A Entrevista abaixo é uma transcrição de trinta minutos dos noventa nos quais Maria Luiza Paulino nos relata experiências de vida na década de 1970, quando conhece Clarice Lispector, e compõe as narrativas do famoso La Fiorentina, em Copacabana. Para conhecer as deliciosas histórias, compostas ainda por Fernando Sabino dentre outros ícones da intelectualidade brasileira, confira a entrevista na íntegra.

Renato – Wellington, conta pra gente, como você conheceu a Maria Luiza?

Wellington – Bom, o meu contato com a Maria Luiza se dá porque moro aqui no Camorim e a mãe dela já mora aqui no meu condomínio há bastante tempo. A mãe dela tem 93 anos e é muito amiga nossa. A minha esposa trabalha com refeições e a Dona Maria era nossa cliente de todos os dias. Maria Luiza não morava aqui, morava no Flamengo, e eu já sabia que Dona Maria tinha uma filha, embora não tivesse muito contato em função da distância. Atualmente, ela mora aqui no condomínio e, como tenho um laço de amizade muito forte com a mãe dela, acabei me aproximando da Maria Luiza. Na medida do possível, com essa pandemia, eu procuro ajudar a mãe dela. Estou sempre aqui. Eu moro no quarto andar e estou aqui agora na casa dela, no terceiro, e o relacionamento se dá por sermos sempre muito próximos e pude estreitar os laços de amizade com a Maria Luiza.

Renato – E como que foi ver as dedicatórias da Clarice para Maria Luiza?

Wellington – Eu estava aqui na casa da Maria Luiza, conversando com a mãe dela. Eu estudo na Estácio e sou aluno dessa grande mestre que está aqui com a gente, que é a Carina, e curso uma disciplina que é produção textual II. O professor passou uma tarefa que era escrever um conto ou uma fábula, escolhi escrever uma fábula infantil. Dona Maria estava lá em casa e eu li, ela ficou encantada! Quando fui à sua casa, ela me pede que leia a narrativa para Maria Luiza, dizendo que ela iria gostar. Luiza de repente teve um estalo e me perguntou: Você gosta de Literatura? E ela vai até o quarto em êxtase e retorna com três livros da Clarice. Sendo sincero, quando ela falou que tinha livro da Clarice Lispector, que ela havia dado pra ela, de verdade, eu desdenhei. (risos). Pedi até perdão a ela.

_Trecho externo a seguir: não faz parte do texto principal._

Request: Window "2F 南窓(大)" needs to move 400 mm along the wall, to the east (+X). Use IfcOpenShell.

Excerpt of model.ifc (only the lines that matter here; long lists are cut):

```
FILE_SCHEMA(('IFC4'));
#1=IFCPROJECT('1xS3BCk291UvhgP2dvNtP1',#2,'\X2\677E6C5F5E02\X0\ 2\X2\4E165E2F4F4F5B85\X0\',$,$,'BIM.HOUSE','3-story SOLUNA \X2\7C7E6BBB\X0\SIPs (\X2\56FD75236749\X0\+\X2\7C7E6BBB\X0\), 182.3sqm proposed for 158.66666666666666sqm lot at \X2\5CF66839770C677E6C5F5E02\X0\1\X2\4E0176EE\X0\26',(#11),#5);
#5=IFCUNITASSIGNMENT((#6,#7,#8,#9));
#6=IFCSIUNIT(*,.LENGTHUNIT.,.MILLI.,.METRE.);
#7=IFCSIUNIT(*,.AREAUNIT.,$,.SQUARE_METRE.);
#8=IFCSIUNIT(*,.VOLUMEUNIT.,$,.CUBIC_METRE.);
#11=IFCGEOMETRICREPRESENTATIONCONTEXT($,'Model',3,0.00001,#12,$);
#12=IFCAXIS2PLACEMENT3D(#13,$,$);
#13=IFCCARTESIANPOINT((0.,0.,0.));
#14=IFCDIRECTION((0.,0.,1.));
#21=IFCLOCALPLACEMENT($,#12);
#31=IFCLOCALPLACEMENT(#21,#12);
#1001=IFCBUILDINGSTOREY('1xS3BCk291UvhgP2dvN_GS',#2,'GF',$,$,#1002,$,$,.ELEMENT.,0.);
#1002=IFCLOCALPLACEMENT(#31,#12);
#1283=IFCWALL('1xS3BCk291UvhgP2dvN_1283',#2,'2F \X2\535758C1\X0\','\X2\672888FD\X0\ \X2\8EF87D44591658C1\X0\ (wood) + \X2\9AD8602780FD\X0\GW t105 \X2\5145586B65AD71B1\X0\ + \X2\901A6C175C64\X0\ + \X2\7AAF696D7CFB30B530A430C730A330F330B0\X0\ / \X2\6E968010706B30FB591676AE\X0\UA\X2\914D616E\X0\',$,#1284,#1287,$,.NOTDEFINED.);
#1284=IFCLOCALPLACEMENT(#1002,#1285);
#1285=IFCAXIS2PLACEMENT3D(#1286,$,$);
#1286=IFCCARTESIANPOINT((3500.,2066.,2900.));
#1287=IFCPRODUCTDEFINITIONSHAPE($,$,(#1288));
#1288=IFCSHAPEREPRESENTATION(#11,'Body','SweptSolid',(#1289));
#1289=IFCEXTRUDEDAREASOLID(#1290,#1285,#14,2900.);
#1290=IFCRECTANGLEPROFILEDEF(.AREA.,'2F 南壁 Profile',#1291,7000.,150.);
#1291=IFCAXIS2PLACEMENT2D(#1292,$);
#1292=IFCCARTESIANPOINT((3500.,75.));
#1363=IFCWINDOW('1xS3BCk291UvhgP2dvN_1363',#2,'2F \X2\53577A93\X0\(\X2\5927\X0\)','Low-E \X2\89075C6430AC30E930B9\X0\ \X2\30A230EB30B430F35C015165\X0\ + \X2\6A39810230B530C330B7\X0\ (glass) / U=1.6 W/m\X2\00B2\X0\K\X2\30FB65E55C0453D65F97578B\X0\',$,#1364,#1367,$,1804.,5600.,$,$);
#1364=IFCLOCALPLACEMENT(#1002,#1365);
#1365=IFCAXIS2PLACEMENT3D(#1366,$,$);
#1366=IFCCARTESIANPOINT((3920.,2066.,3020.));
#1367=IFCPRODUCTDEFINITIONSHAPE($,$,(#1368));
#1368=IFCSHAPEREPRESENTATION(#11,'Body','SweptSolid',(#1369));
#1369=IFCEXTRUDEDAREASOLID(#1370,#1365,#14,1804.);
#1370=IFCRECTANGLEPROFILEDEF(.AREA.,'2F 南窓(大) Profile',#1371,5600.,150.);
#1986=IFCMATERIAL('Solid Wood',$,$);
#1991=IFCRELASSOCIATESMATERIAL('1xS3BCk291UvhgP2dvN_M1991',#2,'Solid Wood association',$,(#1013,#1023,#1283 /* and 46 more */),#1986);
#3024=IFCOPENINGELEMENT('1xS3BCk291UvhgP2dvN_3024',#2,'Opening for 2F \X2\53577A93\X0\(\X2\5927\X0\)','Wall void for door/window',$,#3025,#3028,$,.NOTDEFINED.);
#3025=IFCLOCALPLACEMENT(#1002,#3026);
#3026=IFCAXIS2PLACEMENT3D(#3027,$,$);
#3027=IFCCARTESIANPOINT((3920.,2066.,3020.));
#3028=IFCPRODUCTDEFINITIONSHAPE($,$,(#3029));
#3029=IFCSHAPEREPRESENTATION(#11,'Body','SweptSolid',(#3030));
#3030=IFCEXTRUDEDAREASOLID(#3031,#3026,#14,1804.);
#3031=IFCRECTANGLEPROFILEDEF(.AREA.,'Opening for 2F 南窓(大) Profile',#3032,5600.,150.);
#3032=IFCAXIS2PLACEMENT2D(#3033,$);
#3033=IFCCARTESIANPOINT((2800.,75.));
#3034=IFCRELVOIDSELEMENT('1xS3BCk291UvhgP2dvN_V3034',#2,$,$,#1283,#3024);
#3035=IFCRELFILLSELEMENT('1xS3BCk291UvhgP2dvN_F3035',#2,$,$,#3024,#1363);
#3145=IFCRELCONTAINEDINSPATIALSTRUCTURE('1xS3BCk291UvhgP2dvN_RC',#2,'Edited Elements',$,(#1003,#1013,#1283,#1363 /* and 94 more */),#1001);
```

```python
import ifcopenshell
import ifcopenshell.api.geometry
import ifcopenshell.util.placement
import ifcopenshell.util.unit

model = ifcopenshell.open("model.ifc")
unit_scale = ifcopenshell.util.unit.calculate_unit_scale(model)

window = model.by_id(1363)
opening = window.FillsVoids[0].RelatingOpeningElement
wall = opening.VoidsElements[0].RelatingBuildingElement

wall_matrix = ifcopenshell.util.placement.get_local_placement(wall.ObjectPlacement)
shift = wall_matrix[:3, 0] * 0.4 / unit_scale
before = ifcopenshell.util.placement.get_local_placement(window.ObjectPlacement)[:3, 3].copy()

# The window is not placed relative to its opening, so move both.
for product in (opening, window):
    matrix = ifcopenshell.util.placement.get_local_placement(product.ObjectPlacement)
    matrix[:3, 3] += shift
    ifcopenshell.api.geometry.edit_object_placement(model, product=product, matrix=matrix, is_si=False)

after = ifcopenshell.util.placement.get_local_placement(window.ObjectPlacement)[:3, 3]
print("window moved by", (after - before).round(3) + 0.0)

model.write("model_edited.ifc")
```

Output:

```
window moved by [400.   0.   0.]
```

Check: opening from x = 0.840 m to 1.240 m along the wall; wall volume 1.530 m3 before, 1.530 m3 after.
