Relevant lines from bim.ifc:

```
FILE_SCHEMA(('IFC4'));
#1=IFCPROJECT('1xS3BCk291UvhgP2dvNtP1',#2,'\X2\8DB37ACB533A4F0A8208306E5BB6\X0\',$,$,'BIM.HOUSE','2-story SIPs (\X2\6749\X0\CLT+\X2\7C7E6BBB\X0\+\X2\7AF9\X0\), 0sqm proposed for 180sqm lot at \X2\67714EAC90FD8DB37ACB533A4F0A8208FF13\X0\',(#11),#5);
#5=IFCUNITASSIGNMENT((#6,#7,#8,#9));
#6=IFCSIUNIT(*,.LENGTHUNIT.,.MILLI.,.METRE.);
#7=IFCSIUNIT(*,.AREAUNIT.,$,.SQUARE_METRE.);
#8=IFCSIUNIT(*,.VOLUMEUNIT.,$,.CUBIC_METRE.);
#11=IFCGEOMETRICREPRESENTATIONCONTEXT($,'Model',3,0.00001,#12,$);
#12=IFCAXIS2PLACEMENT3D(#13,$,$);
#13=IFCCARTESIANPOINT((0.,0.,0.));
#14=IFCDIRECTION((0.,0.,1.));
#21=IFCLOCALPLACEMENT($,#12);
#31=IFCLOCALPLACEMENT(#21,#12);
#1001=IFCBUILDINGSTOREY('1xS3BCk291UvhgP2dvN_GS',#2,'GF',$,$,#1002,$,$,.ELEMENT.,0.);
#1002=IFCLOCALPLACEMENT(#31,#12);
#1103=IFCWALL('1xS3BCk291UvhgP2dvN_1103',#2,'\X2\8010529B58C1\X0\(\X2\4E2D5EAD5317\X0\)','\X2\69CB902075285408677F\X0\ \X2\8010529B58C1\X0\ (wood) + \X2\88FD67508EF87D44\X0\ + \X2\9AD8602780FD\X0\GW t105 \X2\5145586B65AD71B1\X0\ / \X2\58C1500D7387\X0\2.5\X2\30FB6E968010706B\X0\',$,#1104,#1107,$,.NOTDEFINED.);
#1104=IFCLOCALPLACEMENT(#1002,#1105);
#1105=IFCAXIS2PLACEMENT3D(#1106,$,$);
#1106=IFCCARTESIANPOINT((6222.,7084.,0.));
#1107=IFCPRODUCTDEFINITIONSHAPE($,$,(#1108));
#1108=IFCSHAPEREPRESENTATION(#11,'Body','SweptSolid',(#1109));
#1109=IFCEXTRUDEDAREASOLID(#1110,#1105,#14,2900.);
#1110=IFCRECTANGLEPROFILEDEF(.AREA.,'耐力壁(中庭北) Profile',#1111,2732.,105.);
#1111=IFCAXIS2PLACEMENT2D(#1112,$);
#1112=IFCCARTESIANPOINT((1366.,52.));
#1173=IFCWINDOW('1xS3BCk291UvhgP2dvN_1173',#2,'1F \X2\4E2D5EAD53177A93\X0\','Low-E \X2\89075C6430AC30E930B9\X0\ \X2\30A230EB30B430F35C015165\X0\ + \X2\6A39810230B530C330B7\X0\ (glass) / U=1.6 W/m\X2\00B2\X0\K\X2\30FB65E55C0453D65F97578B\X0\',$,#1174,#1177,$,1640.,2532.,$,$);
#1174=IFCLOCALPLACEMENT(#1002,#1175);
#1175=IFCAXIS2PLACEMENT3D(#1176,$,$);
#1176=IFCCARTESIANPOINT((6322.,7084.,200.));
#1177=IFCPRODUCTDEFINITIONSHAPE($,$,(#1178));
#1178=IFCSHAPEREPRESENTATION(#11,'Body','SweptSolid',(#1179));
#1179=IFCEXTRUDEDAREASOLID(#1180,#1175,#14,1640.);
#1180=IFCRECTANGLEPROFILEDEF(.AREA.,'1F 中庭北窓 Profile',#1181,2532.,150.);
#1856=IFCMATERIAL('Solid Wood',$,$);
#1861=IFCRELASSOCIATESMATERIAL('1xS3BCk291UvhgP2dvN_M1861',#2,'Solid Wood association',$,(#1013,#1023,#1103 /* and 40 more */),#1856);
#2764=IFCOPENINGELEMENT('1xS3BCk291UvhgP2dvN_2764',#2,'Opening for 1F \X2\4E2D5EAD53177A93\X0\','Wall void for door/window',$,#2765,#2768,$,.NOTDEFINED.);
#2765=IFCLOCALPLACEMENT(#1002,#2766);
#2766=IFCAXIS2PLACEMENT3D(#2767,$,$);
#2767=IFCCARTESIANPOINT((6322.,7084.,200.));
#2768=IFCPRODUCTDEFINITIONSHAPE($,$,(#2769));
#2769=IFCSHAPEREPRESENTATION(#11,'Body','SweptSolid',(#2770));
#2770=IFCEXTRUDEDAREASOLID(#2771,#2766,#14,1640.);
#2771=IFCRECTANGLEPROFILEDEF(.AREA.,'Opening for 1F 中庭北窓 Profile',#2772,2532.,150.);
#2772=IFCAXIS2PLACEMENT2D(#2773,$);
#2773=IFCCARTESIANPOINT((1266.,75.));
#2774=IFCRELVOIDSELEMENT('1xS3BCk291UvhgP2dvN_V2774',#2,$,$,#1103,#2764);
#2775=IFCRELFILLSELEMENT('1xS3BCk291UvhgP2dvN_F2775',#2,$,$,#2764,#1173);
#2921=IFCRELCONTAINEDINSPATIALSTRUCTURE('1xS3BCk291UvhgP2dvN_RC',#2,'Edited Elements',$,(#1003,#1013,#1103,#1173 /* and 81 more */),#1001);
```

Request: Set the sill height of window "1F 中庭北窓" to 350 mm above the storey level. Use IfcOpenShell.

```python
import numpy as np
import ifcopenshell
import ifcopenshell.api.geometry
import ifcopenshell.geom
import ifcopenshell.util.element
import ifcopenshell.util.placement
import ifcopenshell.util.shape
import ifcopenshell.util.unit

model = ifcopenshell.open("bim.ifc")
unit_scale = ifcopenshell.util.unit.calculate_unit_scale(model)

window = model.by_guid("1xS3BCk291UvhgP2dvN_1173")
opening = window.FillsVoids[0].RelatingOpeningElement
storey = ifcopenshell.util.element.get_container(window, ifc_class="IfcBuildingStorey")
level = ifcopenshell.util.placement.get_local_placement(storey.ObjectPlacement)[2, 3]

# The opening's origin need not be at the sill, so measure its lowest point.
shape = ifcopenshell.geom.create_shape(ifcopenshell.geom.settings(), opening)
bottom = ifcopenshell.util.shape.get_shape_bottom_elevation(shape, shape.geometry) / unit_scale
dz = level + 0.35 / unit_scale - bottom

shift = np.array([0.0, 0.0, dz])
# The window is not placed relative to its opening, so move both.
for product in (opening, window):
    matrix = ifcopenshell.util.placement.get_local_placement(product.ObjectPlacement)
    matrix[:3, 3] += shift
    ifcopenshell.api.geometry.edit_object_placement(model, product=product, matrix=matrix, is_si=False)

print(f"moved by {dz * unit_scale:+.3f} m")

model.write("bim_updated.ifc")
```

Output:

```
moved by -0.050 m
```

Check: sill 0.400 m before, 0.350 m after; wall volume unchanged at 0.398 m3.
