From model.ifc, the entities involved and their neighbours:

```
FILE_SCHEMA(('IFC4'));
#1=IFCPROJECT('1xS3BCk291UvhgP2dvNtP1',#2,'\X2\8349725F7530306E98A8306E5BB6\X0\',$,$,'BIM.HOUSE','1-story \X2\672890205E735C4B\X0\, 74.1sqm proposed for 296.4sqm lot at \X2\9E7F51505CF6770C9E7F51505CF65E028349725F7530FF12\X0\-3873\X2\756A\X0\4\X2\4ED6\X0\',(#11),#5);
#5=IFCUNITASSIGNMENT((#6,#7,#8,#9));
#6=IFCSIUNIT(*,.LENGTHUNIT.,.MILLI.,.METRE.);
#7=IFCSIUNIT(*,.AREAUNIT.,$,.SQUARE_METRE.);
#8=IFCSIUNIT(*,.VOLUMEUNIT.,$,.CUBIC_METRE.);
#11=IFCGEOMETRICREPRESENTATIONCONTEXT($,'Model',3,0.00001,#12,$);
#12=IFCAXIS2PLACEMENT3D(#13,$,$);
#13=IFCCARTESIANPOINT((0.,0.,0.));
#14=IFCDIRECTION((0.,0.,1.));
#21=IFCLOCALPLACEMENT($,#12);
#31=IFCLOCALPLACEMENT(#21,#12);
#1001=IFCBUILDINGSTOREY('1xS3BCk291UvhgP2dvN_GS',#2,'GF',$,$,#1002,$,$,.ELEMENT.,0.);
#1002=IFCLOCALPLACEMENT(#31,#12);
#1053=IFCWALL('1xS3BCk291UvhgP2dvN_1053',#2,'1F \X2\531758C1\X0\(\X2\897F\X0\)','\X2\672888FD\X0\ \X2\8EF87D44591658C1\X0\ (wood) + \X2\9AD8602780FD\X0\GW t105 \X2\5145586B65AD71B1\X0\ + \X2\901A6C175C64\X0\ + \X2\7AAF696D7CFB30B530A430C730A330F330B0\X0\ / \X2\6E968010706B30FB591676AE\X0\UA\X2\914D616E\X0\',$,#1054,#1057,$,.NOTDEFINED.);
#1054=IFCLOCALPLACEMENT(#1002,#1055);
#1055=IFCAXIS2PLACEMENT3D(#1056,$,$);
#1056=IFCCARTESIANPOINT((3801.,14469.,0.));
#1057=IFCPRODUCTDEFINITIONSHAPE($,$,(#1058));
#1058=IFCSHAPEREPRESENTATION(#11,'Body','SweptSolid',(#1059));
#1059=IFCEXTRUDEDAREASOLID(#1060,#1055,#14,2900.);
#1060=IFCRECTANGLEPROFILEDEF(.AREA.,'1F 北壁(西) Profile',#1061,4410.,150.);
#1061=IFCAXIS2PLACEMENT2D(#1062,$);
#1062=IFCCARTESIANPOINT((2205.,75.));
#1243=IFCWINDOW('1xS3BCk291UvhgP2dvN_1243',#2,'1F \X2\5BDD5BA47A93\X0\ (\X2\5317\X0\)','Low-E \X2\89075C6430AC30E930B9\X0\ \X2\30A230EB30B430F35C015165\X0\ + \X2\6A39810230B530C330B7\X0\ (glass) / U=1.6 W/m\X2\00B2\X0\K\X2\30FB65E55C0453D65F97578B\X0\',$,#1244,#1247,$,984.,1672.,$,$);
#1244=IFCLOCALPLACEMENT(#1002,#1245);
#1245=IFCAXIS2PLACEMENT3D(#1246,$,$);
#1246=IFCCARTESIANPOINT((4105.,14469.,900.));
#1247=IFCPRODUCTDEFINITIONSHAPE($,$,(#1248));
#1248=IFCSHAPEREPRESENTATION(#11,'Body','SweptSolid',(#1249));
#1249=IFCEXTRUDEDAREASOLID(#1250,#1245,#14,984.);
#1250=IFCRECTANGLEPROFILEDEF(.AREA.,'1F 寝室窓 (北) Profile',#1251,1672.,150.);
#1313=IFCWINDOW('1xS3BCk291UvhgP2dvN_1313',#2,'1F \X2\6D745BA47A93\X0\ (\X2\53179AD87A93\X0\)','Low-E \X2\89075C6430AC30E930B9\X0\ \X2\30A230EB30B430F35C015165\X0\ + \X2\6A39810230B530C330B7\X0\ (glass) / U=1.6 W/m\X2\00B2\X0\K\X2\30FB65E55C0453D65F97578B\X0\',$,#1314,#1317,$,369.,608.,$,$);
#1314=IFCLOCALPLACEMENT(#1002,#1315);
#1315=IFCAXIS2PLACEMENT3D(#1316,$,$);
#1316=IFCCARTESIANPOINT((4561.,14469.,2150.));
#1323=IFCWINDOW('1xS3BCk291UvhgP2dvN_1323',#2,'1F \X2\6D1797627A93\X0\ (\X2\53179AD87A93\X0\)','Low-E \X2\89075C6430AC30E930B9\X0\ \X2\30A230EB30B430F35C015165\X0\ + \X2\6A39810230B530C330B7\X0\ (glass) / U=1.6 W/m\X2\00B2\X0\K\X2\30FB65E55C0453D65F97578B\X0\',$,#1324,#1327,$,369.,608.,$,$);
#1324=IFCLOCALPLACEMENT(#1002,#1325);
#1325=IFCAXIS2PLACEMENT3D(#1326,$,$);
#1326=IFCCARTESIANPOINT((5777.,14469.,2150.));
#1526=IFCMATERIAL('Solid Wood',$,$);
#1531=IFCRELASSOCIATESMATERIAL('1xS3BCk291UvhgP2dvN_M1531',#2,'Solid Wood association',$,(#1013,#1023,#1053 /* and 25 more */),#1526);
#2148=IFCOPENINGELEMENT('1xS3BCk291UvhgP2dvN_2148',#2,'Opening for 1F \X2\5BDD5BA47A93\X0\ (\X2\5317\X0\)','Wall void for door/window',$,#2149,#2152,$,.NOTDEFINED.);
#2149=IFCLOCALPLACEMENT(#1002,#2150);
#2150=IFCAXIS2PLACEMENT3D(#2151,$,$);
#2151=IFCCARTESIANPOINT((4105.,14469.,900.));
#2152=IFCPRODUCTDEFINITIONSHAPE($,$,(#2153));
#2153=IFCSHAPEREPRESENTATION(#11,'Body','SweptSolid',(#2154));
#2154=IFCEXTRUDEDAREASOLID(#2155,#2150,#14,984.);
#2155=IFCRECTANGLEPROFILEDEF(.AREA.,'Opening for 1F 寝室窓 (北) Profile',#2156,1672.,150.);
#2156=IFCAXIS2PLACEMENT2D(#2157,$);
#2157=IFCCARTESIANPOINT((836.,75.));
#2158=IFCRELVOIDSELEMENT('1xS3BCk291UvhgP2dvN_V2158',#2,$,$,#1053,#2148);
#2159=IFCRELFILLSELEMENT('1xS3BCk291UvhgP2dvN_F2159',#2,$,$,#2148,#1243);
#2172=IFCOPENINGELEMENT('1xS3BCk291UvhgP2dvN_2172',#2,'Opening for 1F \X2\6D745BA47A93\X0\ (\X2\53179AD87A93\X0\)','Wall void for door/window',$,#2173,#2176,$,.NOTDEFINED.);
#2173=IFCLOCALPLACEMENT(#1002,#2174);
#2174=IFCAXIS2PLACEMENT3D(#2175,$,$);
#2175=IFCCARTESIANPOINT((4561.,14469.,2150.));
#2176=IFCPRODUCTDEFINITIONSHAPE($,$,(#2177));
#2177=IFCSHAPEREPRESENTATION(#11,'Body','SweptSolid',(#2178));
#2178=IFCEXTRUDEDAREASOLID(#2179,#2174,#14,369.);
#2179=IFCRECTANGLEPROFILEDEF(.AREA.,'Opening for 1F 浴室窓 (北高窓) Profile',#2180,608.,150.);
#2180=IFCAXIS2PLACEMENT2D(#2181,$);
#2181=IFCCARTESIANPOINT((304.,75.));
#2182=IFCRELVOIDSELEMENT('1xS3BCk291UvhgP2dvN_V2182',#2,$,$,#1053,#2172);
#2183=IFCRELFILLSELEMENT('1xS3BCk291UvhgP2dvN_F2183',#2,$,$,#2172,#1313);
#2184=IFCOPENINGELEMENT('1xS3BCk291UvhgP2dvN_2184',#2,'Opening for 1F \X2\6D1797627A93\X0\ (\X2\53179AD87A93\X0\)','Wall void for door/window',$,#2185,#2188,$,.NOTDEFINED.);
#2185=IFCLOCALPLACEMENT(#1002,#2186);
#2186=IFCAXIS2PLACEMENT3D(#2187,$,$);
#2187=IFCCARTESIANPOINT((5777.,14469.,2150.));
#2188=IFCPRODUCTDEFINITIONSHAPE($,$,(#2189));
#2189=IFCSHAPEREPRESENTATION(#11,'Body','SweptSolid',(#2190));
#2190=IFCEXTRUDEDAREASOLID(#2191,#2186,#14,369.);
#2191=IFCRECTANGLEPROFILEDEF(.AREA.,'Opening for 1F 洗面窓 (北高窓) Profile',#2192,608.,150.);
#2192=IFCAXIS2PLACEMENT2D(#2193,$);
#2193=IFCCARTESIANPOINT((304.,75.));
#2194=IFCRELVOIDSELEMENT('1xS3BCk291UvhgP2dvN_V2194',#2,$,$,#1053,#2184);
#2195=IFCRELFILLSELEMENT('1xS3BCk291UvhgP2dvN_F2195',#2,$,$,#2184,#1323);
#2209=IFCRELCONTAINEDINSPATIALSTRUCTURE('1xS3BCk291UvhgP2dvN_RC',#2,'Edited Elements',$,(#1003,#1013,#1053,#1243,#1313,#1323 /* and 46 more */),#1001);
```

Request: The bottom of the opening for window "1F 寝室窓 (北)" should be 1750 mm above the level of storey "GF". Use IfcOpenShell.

```python
import numpy as np
import ifcopenshell
import ifcopenshell.api.geometry
import ifcopenshell.geom
import ifcopenshell.util.element
import ifcopenshell.util.placement
import ifcopenshell.util.shape
import ifcopenshell.util.unit

model = ifcopenshell.open("model.ifc")
unit_scale = ifcopenshell.util.unit.calculate_unit_scale(model)

window = model.by_guid("1xS3BCk291UvhgP2dvN_1243")
opening = window.FillsVoids[0].RelatingOpeningElement
storey = ifcopenshell.util.element.get_container(window, ifc_class="IfcBuildingStorey")
level = ifcopenshell.util.placement.get_local_placement(storey.ObjectPlacement)[2, 3]

# The opening's origin need not be at the sill, so measure its lowest point.
shape = ifcopenshell.geom.create_shape(ifcopenshell.geom.settings(), opening)
bottom = ifcopenshell.util.shape.get_shape_bottom_elevation(shape, shape.geometry) / unit_scale
dz = level + 1.75 / unit_scale - bottom

shift = np.array([0.0, 0.0, dz])
# The window is not placed relative to its opening, so move both.
for product in (opening, window):
    matrix = ifcopenshell.util.placement.get_local_placement(product.ObjectPlacement)
    matrix[:3, 3] += shift
    ifcopenshell.api.geometry.edit_object_placement(model, product=product, matrix=matrix, is_si=False)

print(f"moved by {dz * unit_scale:+.3f} m")

model.write("model_updated.ifc")
```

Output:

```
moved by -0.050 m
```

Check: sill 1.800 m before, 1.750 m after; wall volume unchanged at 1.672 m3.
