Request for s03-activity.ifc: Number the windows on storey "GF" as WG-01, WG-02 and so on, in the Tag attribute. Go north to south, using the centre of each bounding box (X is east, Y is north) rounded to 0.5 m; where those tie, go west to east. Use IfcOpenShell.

First a look at what the model holds.

```python
import ifcopenshell
import ifcopenshell.util.element
import ifcopenshell.util.placement

model = ifcopenshell.open("s03-activity.ifc")
print(model.schema)
storey = next(s for s in model.by_type("IfcBuildingStorey") if s.Name == "GF")
windows = [e for e in ifcopenshell.util.element.get_decomposition(storey) if e.is_a("IfcWindow")]
for e in sorted(windows, key=lambda e: e.id()):
    origin = ifcopenshell.util.placement.get_local_placement(e.ObjectPlacement)[:3, 3]
    print(e.id(), e.Tag, e.Name, origin.round(2) + 0.0, sep=" | ")
```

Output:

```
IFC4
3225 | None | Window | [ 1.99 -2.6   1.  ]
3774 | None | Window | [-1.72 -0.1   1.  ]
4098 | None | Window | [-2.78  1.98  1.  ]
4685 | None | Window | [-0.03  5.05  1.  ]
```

```python
import ifcopenshell
import ifcopenshell.geom
import ifcopenshell.util.element
import ifcopenshell.util.shape

model = ifcopenshell.open("s03-activity.ifc")
settings = ifcopenshell.geom.settings()
settings.set("use-world-coords", True)


def centre(element):
    shape = ifcopenshell.geom.create_shape(settings, element)
    return ifcopenshell.util.shape.get_bbox_centroid(shape.geometry)


storey = next(s for s in model.by_type("IfcBuildingStorey") if s.Name == "GF")
windows = [e for e in ifcopenshell.util.element.get_decomposition(storey) if e.is_a("IfcWindow")]

# Insertion points can sit at a corner or the storey origin, so sort by the geometry (in metres).
centres = {e: centre(e) for e in windows}
windows.sort(key=lambda e: (-round(centres[e][1] / 0.5), centres[e][0]))

for i, e in enumerate(windows, start=1):
    number = f"WG-{i:02d}"
    e.Tag = number
    print(e.id(), number)

model.write("s03-activity-out.ifc")
```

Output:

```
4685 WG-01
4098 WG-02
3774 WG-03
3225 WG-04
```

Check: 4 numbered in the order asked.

Maria Luiza – Ele duvidou (risos).

Wellington – Quando ela me vem assim, eu não tinha me dado conta da dedicatória… ela: me dá aqui o livro… quando ela abre a primeira página com uma dedicatória da Clarice Lispector… eu fico arrepiado… a história estava transitando do meu lado. Foi uma coisa de louco! Já falei pra Carina outras vezes, no meu contato com a Literatura, a Carina tem um papel fundamental. Eu já havia tentado fazer a faculdade há uns 10 anos antes e, por alguns motivos, eu tranquei e volto agora. Eu tinha uma certa rixa com a Literatura, talvez por não entender com eu a entendo hoje e entendo graças a essa professora maravilhosa que é a Carina. E esse contato com uma forma mais simples de se entender é fenomenal. Quando eu pego um livro da Clarice Lispector, com uma dedicatória de presente pra uma pessoa… É emocionante! Essa é a palavra.

Renato – E como você vê a importância de Clarice nesse processo seu como leitor e como profissional das Letras?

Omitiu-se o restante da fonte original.